*Task item*
All lines in the records that carry the string "more" are to be shown.

*Data for the task*
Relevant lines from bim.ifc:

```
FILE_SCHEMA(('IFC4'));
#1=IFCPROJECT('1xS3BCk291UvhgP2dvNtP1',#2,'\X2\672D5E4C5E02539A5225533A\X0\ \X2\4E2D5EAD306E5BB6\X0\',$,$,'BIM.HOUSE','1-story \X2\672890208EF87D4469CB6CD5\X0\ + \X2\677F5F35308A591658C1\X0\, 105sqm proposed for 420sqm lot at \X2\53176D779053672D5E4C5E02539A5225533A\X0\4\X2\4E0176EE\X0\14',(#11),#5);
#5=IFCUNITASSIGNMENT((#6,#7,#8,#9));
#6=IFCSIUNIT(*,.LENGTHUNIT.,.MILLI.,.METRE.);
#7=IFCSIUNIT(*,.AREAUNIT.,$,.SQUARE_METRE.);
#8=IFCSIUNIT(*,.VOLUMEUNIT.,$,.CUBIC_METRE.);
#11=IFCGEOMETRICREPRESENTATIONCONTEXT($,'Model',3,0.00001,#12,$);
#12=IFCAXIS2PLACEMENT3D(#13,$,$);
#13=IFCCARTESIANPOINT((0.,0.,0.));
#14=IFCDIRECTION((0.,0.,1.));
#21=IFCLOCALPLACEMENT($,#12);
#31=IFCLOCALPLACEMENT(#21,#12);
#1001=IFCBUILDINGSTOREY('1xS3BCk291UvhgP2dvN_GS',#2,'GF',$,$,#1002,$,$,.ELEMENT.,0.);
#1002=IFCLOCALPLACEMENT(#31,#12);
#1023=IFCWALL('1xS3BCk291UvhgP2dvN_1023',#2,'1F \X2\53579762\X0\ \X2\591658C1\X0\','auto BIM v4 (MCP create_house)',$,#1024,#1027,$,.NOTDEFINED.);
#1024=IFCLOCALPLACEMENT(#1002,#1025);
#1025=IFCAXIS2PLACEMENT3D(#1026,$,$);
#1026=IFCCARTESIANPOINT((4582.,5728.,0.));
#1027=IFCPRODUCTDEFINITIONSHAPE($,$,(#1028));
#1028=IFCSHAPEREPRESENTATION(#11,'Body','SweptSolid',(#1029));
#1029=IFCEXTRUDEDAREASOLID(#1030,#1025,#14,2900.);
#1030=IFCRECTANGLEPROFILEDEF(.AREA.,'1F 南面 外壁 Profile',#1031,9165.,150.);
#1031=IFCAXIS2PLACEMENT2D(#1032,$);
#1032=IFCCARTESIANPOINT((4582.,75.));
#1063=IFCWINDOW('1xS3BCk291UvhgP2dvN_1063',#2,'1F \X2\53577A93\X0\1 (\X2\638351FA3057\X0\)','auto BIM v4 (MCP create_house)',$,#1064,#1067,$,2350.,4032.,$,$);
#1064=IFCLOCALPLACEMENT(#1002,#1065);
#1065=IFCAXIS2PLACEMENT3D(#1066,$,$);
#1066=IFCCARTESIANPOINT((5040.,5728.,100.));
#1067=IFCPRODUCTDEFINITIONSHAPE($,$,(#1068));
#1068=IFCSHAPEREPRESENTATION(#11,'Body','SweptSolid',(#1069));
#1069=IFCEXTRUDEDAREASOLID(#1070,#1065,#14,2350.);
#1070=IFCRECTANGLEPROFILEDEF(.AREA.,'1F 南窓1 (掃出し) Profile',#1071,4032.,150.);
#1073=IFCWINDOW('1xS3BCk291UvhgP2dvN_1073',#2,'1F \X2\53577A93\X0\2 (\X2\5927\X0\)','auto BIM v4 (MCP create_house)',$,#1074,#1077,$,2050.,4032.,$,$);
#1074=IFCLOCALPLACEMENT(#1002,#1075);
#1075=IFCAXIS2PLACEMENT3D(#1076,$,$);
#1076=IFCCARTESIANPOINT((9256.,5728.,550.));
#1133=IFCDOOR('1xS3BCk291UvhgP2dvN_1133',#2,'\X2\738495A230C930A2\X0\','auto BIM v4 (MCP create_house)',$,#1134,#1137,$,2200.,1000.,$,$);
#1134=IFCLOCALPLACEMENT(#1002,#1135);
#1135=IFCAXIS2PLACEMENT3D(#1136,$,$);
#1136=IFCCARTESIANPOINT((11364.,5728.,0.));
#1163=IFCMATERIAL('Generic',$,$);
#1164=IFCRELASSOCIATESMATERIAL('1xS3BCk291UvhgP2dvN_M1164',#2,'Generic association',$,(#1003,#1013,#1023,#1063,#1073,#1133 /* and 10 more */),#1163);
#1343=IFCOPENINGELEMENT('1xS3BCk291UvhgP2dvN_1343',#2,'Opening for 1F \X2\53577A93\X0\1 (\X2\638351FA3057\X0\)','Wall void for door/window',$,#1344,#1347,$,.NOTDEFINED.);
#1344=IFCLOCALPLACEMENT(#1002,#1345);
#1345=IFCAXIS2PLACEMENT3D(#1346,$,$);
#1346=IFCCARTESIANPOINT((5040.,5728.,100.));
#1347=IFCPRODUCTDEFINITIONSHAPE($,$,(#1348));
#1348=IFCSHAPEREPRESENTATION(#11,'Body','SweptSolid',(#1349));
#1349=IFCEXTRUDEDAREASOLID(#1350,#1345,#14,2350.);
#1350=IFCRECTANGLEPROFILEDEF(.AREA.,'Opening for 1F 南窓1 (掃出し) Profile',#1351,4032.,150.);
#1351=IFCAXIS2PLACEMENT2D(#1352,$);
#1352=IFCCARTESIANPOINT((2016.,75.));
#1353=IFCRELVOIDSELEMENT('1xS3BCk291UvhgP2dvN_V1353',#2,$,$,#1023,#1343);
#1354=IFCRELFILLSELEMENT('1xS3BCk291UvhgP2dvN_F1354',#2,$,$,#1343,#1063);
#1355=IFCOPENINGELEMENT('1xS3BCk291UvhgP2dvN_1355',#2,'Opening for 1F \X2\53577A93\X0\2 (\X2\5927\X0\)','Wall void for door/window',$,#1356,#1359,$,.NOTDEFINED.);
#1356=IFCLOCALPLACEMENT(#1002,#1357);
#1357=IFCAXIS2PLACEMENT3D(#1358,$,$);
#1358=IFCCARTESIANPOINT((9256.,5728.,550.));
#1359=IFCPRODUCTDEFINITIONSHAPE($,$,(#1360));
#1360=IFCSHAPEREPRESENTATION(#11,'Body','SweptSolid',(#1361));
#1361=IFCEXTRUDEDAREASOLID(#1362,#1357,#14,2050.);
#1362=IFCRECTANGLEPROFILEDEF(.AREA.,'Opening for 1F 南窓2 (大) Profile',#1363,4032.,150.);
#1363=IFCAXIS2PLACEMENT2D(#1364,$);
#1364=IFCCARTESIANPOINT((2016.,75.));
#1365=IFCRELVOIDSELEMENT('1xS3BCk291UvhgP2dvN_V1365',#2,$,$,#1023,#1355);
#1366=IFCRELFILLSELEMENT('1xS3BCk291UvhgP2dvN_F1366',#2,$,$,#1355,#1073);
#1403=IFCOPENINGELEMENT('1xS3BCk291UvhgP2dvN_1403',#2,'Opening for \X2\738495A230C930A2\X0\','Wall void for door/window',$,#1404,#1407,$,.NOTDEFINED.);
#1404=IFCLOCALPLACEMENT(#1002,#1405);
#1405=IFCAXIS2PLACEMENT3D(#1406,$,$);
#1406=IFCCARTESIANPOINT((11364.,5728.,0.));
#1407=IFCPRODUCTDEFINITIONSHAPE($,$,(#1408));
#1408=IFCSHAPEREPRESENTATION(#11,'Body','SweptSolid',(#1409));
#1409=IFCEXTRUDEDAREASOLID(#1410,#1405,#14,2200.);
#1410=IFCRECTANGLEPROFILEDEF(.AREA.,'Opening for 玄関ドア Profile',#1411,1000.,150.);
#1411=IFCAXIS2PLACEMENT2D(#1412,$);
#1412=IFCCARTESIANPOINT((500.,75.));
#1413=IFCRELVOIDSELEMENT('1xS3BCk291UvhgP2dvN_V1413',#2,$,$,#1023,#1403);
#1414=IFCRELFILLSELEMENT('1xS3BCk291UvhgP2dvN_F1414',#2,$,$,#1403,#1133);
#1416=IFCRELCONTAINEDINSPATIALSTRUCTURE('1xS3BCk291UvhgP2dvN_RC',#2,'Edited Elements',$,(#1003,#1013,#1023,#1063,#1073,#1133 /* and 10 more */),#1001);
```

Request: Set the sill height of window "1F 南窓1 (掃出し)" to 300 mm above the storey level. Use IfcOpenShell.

```python
import numpy as np
import ifcopenshell
import ifcopenshell.api.geometry
import ifcopenshell.geom
import ifcopenshell.util.element
import ifcopenshell.util.placement
import ifcopenshell.util.shape
import ifcopenshell.util.unit

model = ifcopenshell.open("bim.ifc")
unit_scale = ifcopenshell.util.unit.calculate_unit_scale(model)

window = model.by_guid("1xS3BCk291UvhgP2dvN_1063")
opening = window.FillsVoids[0].RelatingOpeningElement
storey = ifcopenshell.util.element.get_container(window, ifc_class="IfcBuildingStorey")
level = ifcopenshell.util.placement.get_local_placement(storey.ObjectPlacement)[2, 3]

# The opening's origin need not be at the sill, so measure its lowest point.
shape = ifcopenshell.geom.create_shape(ifcopenshell.geom.settings(), opening)
bottom = ifcopenshell.util.shape.get_shape_bottom_elevation(shape, shape.geometry) / unit_scale
dz = level + 300.0 - bottom

shift = np.array([0.0, 0.0, dz])
# The window is not placed relative to its opening, so move both.
for product in (opening, window):
    matrix = ifcopenshell.util.placement.get_local_placement(product.ObjectPlacement)
    matrix[:3, 3] += shift
    ifcopenshell.api.geometry.edit_object_placement(model, product=product, matrix=matrix, is_si=False)

print(f"moved by {dz * unit_scale:+.3f} m")

model.write("bim_v2.ifc")
```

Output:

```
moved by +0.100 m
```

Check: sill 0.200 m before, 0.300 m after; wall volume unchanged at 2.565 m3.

*Response*
#1164=IFCRELASSOCIATESMATERIAL('1xS3BCk291UvhgP2dvN_M1164',#2,'Generic association',$,(#1003,#1013,#1023,#1063,#1073,#1133 /* and 10 more */),#1163);
#1416=IFCRELCONTAINEDINSPATIALSTRUCTURE('1xS3BCk291UvhgP2dvN_RC',#2,'Edited Elements',$,(#1003,#1013,#1023,#1063,#1073,#1133 /* and 10 more */),#1001);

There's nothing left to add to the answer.